## WORK TASK
Produce an exact copy of the listing.

## RECORD SET
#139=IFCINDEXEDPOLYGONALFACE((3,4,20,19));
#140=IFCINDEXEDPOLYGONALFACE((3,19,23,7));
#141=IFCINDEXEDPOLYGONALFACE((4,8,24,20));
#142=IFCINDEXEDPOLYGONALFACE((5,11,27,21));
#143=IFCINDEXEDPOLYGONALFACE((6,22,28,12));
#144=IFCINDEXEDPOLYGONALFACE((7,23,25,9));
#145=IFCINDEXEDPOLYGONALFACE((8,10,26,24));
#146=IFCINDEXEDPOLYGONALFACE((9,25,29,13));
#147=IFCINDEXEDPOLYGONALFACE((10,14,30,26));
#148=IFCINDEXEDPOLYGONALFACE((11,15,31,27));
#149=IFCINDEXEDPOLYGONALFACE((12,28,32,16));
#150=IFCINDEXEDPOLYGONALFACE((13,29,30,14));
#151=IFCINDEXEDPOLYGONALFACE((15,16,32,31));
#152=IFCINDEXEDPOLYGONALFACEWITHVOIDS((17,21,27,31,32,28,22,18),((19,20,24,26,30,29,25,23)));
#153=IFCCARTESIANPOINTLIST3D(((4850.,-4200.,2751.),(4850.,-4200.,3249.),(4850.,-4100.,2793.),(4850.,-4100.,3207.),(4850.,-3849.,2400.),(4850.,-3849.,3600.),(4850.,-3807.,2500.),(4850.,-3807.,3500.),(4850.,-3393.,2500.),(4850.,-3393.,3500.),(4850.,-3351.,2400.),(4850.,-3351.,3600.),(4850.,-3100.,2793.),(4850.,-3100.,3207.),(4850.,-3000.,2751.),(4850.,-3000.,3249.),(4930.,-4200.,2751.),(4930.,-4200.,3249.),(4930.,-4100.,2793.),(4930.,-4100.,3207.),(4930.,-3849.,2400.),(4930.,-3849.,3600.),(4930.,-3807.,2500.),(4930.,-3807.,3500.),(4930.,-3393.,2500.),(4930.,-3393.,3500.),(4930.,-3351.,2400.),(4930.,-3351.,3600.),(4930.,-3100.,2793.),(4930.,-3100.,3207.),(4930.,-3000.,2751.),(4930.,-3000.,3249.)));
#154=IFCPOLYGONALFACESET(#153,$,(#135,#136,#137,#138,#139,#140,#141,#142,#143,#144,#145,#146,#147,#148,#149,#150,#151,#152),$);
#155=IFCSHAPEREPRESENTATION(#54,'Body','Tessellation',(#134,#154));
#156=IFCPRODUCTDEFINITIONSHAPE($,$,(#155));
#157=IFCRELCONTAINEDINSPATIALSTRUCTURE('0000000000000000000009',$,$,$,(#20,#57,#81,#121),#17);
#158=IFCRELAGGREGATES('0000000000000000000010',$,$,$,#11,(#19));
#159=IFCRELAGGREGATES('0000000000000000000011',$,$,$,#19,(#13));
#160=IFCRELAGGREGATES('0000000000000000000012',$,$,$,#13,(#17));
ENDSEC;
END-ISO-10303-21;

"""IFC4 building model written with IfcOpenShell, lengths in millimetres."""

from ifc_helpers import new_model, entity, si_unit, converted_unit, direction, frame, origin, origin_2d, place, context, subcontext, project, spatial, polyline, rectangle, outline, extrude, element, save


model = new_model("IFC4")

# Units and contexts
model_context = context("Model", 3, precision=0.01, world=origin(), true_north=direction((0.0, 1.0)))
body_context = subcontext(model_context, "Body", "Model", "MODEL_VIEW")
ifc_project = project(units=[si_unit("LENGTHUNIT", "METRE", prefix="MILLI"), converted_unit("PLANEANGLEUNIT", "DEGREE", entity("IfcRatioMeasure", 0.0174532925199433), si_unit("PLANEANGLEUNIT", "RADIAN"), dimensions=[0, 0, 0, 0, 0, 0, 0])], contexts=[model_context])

## RESPONSE TO THE TASK
#139=IFCINDEXEDPOLYGONALFACE((3,4,20,19));
#140=IFCINDEXEDPOLYGONALFACE((3,19,23,7));
#141=IFCINDEXEDPOLYGONALFACE((4,8,24,20));
#142=IFCINDEXEDPOLYGONALFACE((5,11,27,21));
#143=IFCINDEXEDPOLYGONALFACE((6,22,28,12));
#144=IFCINDEXEDPOLYGONALFACE((7,23,25,9));
#145=IFCINDEXEDPOLYGONALFACE((8,10,26,24));
#146=IFCINDEXEDPOLYGONALFACE((9,25,29,13));
#147=IFCINDEXEDPOLYGONALFACE((10,14,30,26));
#148=IFCINDEXEDPOLYGONALFACE((11,15,31,27));
#149=IFCINDEXEDPOLYGONALFACE((12,28,32,16));
#150=IFCINDEXEDPOLYGONALFACE((13,29,30,14));
#151=IFCINDEXEDPOLYGONALFACE((15,16,32,31));
#152=IFCINDEXEDPOLYGONALFACEWITHVOIDS((17,21,27,31,32,28,22,18),((19,20,24,26,30,29,25,23)));
#153=IFCCARTESIANPOINTLIST3D(((4850.,-4200.,2751.),(4850.,-4200.,3249.),(4850.,-4100.,2793.),(4850.,-4100.,3207.),(4850.,-3849.,2400.),(4850.,-3849.,3600.),(4850.,-3807.,2500.),(4850.,-3807.,3500.),(4850.,-3393.,2500.),(4850.,-3393.,3500.),(4850.,-3351.,2400.),(4850.,-3351.,3600.),(4850.,-3100.,2793.),(4850.,-3100.,3207.),(4850.,-3000.,2751.),(4850.,-3000.,3249.),(4930.,-4200.,2751.),(4930.,-4200.,3249.),(4930.,-4100.,2793.),(4930.,-4100.,3207.),(4930.,-3849.,2400.),(4930.,-3849.,3600.),(4930.,-3807.,2500.),(4930.,-3807.,3500.),(4930.,-3393.,2500.),(4930.,-3393.,3500.),(4930.,-3351.,2400.),(4930.,-3351.,3600.),(4930.,-3100.,2793.),(4930.,-3100.,3207.),(4930.,-3000.,2751.),(4930.,-3000.,3249.)));
#154=IFCPOLYGONALFACESET(#153,$,(#135,#136,#137,#138,#139,#140,#141,#142,#143,#144,#145,#146,#147,#148,#149,#150,#151,#152),$);
#155=IFCSHAPEREPRESENTATION(#54,'Body','Tessellation',(#134,#154));
#156=IFCPRODUCTDEFINITIONSHAPE($,$,(#155));
#157=IFCRELCONTAINEDINSPATIALSTRUCTURE('0000000000000000000009',$,$,$,(#20,#57,#81,#121),#17);
#158=IFCRELAGGREGATES('0000000000000000000010',$,$,$,#11,(#19));
#159=IFCRELAGGREGATES('0000000000000000000011',$,$,$,#19,(#13));
#160=IFCRELAGGREGATES('0000000000000000000012',$,$,$,#13,(#17));
ENDSEC;
END-ISO-10303-21;

"""IFC4 building model written with IfcOpenShell, lengths in millimetres."""

from ifc_helpers import new_model, entity, si_unit, converted_unit, direction, frame, origin, origin_2d, place, context, subcontext, project, spatial, polyline, rectangle, outline, extrude, element, save


model = new_model("IFC4")

# Units and contexts
model_context = context("Model", 3, precision=0.01, world=origin(), true_north=direction((0.0, 1.0)))
body_context = subcontext(model_context, "Body", "Model", "MODEL_VIEW")
ifc_project = project(units=[si_unit("LENGTHUNIT", "METRE", prefix="MILLI"), converted_unit("PLANEANGLEUNIT", "DEGREE", entity("IfcRatioMeasure", 0.0174532925199433), si_unit("PLANEANGLEUNIT", "RADIAN"), dimensions=[0, 0, 0, 0, 0, 0, 0])], contexts=[model_context])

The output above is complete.